▶ YOUR TASK
Return every line of the data that contains the string "within".

(Saved data entries)
--- START ---
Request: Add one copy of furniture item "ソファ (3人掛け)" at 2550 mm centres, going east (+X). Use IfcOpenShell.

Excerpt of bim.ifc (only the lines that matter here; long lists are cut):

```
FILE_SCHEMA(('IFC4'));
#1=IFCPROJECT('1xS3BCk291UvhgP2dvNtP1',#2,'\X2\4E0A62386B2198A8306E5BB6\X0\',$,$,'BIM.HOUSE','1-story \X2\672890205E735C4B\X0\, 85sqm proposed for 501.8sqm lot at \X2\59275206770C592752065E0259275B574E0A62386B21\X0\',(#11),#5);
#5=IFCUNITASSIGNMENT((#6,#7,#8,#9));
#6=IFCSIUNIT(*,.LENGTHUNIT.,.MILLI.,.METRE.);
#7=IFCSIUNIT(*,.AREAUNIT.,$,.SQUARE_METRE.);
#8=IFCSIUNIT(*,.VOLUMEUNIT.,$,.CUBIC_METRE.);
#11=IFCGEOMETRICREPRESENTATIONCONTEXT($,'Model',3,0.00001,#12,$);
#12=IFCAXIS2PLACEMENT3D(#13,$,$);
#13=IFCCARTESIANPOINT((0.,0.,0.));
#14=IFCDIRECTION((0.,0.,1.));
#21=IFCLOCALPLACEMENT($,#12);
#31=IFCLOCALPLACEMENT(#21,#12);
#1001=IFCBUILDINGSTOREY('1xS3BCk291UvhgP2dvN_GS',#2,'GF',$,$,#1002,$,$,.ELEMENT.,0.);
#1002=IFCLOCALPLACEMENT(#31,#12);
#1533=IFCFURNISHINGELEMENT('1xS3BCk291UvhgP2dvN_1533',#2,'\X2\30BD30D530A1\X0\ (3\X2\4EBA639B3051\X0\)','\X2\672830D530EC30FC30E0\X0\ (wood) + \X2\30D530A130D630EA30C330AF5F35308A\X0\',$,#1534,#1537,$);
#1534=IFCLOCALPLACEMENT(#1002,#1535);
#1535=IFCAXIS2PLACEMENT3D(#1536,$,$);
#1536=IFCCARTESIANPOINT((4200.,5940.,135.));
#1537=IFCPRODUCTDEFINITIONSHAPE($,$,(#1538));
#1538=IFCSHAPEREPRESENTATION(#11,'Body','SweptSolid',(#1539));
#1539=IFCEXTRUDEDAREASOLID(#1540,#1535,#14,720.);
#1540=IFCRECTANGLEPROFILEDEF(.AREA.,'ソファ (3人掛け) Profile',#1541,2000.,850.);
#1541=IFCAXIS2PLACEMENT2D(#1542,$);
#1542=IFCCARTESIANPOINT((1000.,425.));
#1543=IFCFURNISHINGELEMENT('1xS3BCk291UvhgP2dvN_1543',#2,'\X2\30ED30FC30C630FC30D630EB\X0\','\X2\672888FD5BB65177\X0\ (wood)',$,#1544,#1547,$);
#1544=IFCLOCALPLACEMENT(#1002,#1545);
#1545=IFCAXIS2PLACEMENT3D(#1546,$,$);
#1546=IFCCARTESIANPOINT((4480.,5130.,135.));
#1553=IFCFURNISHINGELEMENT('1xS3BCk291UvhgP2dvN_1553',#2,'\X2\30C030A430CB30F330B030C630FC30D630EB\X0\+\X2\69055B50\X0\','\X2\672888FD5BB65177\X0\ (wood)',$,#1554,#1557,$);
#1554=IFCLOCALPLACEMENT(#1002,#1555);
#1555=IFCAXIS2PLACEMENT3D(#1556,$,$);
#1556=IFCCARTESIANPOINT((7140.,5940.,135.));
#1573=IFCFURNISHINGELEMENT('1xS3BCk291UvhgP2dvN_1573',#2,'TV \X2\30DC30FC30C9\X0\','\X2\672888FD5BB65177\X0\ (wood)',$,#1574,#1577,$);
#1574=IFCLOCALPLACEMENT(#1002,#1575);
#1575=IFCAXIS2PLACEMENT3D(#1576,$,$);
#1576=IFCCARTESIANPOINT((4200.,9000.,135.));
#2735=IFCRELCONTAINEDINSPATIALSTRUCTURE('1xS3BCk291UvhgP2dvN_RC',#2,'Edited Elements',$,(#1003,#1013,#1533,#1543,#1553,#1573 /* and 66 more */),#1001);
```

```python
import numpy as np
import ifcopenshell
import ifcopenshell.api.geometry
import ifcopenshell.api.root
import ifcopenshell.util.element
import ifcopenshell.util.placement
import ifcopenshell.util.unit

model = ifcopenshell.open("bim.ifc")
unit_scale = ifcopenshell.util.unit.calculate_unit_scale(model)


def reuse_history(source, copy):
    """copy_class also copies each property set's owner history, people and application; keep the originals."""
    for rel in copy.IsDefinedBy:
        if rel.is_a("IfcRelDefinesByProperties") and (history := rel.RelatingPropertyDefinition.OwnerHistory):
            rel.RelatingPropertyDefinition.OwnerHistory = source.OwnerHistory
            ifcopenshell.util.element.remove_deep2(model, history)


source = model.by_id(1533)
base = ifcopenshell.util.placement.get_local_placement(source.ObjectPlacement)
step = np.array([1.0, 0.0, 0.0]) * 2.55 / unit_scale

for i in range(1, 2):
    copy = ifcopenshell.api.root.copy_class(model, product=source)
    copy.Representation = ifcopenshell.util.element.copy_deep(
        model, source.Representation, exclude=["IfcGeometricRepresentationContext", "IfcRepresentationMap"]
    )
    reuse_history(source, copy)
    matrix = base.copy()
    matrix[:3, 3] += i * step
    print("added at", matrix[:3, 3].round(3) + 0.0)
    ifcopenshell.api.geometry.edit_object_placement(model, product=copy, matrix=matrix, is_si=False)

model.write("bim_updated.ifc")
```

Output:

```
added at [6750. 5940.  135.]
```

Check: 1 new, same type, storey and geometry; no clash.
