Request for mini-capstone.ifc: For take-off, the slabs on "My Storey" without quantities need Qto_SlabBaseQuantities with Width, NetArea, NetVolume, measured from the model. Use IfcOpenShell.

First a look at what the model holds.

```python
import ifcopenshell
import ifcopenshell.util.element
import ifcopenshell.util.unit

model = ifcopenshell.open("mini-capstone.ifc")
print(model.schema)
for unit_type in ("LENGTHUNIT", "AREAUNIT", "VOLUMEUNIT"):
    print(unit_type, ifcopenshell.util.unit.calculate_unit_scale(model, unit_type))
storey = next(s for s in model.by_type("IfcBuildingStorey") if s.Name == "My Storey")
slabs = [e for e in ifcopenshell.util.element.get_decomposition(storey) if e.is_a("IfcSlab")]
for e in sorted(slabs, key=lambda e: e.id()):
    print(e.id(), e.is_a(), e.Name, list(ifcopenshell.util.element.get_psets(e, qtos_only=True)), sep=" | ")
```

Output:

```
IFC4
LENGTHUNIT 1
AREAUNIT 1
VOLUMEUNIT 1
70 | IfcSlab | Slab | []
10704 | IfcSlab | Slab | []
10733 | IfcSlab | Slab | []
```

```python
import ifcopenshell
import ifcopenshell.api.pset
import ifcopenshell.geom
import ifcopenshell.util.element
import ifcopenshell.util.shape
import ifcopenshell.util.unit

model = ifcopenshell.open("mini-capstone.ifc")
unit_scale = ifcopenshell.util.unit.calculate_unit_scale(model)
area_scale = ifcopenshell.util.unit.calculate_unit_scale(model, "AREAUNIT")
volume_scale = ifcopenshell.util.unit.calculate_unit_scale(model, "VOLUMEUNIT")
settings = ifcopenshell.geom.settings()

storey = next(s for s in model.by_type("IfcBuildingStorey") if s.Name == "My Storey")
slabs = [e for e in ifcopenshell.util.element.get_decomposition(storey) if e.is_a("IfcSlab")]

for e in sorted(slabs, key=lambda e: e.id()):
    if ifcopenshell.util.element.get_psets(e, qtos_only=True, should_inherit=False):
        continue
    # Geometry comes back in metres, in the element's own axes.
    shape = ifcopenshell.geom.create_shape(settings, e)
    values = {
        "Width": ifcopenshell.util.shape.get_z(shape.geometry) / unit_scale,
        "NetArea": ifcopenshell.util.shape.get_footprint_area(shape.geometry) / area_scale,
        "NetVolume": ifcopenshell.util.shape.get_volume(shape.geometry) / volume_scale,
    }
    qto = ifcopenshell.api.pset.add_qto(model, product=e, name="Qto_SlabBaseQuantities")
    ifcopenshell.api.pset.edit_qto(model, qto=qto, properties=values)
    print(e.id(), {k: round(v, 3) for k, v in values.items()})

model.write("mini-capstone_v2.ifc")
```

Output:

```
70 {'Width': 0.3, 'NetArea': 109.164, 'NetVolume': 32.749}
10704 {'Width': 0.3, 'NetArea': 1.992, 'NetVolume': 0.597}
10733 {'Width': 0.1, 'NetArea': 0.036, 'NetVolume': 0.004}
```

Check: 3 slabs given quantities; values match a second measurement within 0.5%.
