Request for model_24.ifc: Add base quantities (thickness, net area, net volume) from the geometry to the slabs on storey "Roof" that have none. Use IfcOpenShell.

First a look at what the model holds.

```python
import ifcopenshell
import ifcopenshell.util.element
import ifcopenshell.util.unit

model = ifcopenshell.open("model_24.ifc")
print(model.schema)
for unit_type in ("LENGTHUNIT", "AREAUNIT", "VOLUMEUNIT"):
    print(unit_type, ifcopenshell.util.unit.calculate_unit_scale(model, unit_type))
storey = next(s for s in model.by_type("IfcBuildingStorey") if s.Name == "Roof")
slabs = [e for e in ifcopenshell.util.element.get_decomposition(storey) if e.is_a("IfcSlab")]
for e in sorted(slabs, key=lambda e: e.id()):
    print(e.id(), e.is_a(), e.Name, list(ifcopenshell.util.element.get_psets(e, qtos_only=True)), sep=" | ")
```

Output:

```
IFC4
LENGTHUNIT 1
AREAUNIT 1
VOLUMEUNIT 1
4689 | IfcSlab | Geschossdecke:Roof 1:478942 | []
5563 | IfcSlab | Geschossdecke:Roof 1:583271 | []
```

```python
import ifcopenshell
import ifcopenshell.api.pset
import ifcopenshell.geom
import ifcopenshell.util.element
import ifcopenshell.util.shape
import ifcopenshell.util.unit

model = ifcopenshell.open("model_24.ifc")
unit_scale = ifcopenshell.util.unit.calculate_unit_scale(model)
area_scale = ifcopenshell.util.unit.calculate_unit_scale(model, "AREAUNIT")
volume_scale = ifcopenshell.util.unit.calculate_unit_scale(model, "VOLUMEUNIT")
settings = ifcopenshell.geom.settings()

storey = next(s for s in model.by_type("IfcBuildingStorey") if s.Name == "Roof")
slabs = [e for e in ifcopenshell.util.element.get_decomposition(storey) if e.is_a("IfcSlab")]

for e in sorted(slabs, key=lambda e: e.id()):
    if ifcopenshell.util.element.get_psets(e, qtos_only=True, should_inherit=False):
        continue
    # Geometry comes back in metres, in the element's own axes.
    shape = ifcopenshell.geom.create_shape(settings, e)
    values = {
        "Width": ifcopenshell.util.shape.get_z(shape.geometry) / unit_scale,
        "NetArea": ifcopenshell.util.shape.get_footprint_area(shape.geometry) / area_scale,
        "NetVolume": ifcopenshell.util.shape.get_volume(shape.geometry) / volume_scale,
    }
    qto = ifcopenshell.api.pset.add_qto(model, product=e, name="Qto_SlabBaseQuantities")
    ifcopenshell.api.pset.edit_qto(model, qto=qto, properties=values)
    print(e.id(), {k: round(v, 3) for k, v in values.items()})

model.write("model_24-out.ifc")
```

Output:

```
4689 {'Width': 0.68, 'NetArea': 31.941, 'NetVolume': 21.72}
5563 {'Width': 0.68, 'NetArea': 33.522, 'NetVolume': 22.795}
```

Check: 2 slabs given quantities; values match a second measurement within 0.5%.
--- END ---
▶ COMPLETED EXERCISE
Check: 3 slabs given quantities; values match a second measurement within 0.5%.
Check: 2 slabs given quantities; values match a second measurement within 0.5%.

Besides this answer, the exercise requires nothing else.